Breathing is fundamental to life, yet for many, it becomes a source of discomfort, tension, and anxiety. If you’re feeling trapped in the cycle of air hunger, panic attacks, or hyperventilation, you’re not alone. Breathing pattern disorders (BPDs) like stomach gripping, shallow breathing or chronic breath-holding often accompany physical and emotional distress.


The good news is that these patterns can be retrained, paving the way for better health and resilience. In this blog, we’ll dive into the science behind disordered breathing, with a focus on stomach gripping and upper abdominal tension. You’ll learn how these patterns develop, how they impact your mind/body, and actionable strategies to restore natural breathing mechanics for better overall well-being.


The Science of Dysfunctional Breathing

Breathing is more than an automatic function—it’s a behavior and movement pattern deeply intertwined with our nervous system, posture, and mental health. Dysfunctional breathing patterns often develop as a response to chronic stress, trauma, or poor postural habits.

Dr. Rosalba Courtney, an expert in functional breathing, explains: “Dysfunctional breathing impacts not only your respiratory system but also your physical, emotional, and cognitive well-being.”


How to breathe
The Power of Breathing Well

Common Dysfunctional Breathing Patterns

If you are interested more in this topic check out my other blog post that goes into further detail.

  1. Mouth Breathing: Weakens the diaphragm and overstimulates the sympathetic nervous system.
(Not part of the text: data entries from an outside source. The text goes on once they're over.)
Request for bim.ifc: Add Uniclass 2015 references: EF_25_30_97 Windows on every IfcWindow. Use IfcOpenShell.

First a look at what the model holds.

```python
import ifcopenshell

model = ifcopenshell.open("bim.ifc")
print(model.schema)
print("classifications:", [c.Name for c in model.by_type("IfcClassification")])
for ifc_class in ("IfcDoor", "IfcRoof", "IfcStair", "IfcWall", "IfcWindow"):
    print(ifc_class, len(model.by_type(ifc_class)))
```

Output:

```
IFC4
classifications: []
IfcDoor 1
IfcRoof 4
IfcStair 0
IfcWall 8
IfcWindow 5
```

```python
import ifcopenshell
import ifcopenshell.api.classification

model = ifcopenshell.open("bim.ifc")

system = ifcopenshell.api.classification.add_classification(model, classification="Uniclass 2015")

codes = {
    "IfcWindow": ("EF_25_30_97", "Windows"),
}
for ifc_class, (code, name) in codes.items():
    products = model.by_type(ifc_class)
    ifcopenshell.api.classification.add_reference(
        model, products=products, classification=system, identification=code, name=name
    )
    print(code, len(products))

model.write("bim_v2.ifc")
```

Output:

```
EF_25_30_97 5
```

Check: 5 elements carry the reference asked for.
  2. Paradoxical Breathing: The chest and shoulders rise during inhalation while the stomach draws inward, disrupting natural mechanics.

  3. Shallow Breathing: Relies heavily on neck and shoulder muscles, leading to tension and fatigue.

  4. Stomach Gripping: Chronic tension in the upper abdomen restricts natural diaphragm movement.

  5. Breath-Holding: Triggers a fight-or-flight response and increases CO2 sensitivity.

  6. Hyperventilation: Rapid breathing expels CO2 excessively, worsening panic and dizziness symptoms.


What is Stomach Gripping?

Stomach gripping, or upper abdominal gripping, is a chronic tension pattern where the abdominal muscles remain contracted, even at rest. This pattern often develops subconsciously, rooted in stress, trauma, or societal pressures related to body image.


The Mechanics of Stomach Gripping and Upper Abdominal Tension

The diaphragm is the primary muscle of breathing. Its downward movement during inhalation creates space for the lungs to expand. When abdominal muscles are excessively tight, this movement is restricted, forcing the body to rely on secondary muscles in the chest and neck. This disrupts natural mechanics, creating a cycle of shallow, effortful breathing and chronic tension.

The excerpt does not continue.